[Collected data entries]
----
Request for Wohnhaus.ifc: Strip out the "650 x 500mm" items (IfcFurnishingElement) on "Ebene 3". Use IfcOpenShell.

First a look at what the model holds.

```python
import ifcopenshell
import ifcopenshell.util.element

model = ifcopenshell.open("Wohnhaus.ifc")
print(model.schema)
storey = next(s for s in model.by_type("IfcBuildingStorey") if s.Name == "Ebene 3")
furniture = [e for e in ifcopenshell.util.element.get_decomposition(storey) if e.is_a("IfcFurnishingElement")]
seen = {}
for e in furniture:
    element_type = ifcopenshell.util.element.get_type(e)
    name = element_type.Name if element_type not in (None, e) else None
    seen[name] = seen.get(name, 0) + 1
for name, count in sorted(seen.items(), key=str):
    print(count, "x", name)
```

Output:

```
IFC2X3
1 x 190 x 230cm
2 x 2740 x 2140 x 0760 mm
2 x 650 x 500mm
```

```python
import ifcopenshell
import ifcopenshell.api.root
import ifcopenshell.util.element

model = ifcopenshell.open("Wohnhaus.ifc")

storey = next(s for s in model.by_type("IfcBuildingStorey") if s.Name == "Ebene 3")
furniture = [e for e in ifcopenshell.util.element.get_decomposition(storey) if e.is_a("IfcFurnishingElement")]
targets = [e for e in furniture if (t := ifcopenshell.util.element.get_type(e)) not in (None, e) and t.Name == "650 x 500mm"]

for e in targets:
    ifcopenshell.api.root.remove_product(model, product=e)
print(len(targets), "removed")

model.write("Wohnhaus_edited.ifc")
```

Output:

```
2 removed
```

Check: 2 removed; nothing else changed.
----
Look back at the records above. Repeat all of them exactly.

--- Answer to the exercise ---
Request for Wohnhaus.ifc: Strip out the "650 x 500mm" items (IfcFurnishingElement) on "Ebene 3". Use IfcOpenShell.

First a look at what the model holds.

```python
import ifcopenshell
import ifcopenshell.util.element

model = ifcopenshell.open("Wohnhaus.ifc")
print(model.schema)
storey = next(s for s in model.by_type("IfcBuildingStorey") if s.Name == "Ebene 3")
furniture = [e for e in ifcopenshell.util.element.get_decomposition(storey) if e.is_a("IfcFurnishingElement")]
seen = {}
for e in furniture:
    element_type = ifcopenshell.util.element.get_type(e)
    name = element_type.Name if element_type not in (None, e) else None
    seen[name] = seen.get(name, 0) + 1
for name, count in sorted(seen.items(), key=str):
    print(count, "x", name)
```

Output:

```
IFC2X3
1 x 190 x 230cm
2 x 2740 x 2140 x 0760 mm
2 x 650 x 500mm
```

```python
import ifcopenshell
import ifcopenshell.api.root
import ifcopenshell.util.element

model = ifcopenshell.open("Wohnhaus.ifc")

storey = next(s for s in model.by_type("IfcBuildingStorey") if s.Name == "Ebene 3")
furniture = [e for e in ifcopenshell.util.element.get_decomposition(storey) if e.is_a("IfcFurnishingElement")]
targets = [e for e in furniture if (t := ifcopenshell.util.element.get_type(e)) not in (None, e) and t.Name == "650 x 500mm"]

for e in targets:
    ifcopenshell.api.root.remove_product(model, product=e)
print(len(targets), "removed")

model.write("Wohnhaus_edited.ifc")
```

Output:

```
2 removed
```

Check: 2 removed; nothing else changed.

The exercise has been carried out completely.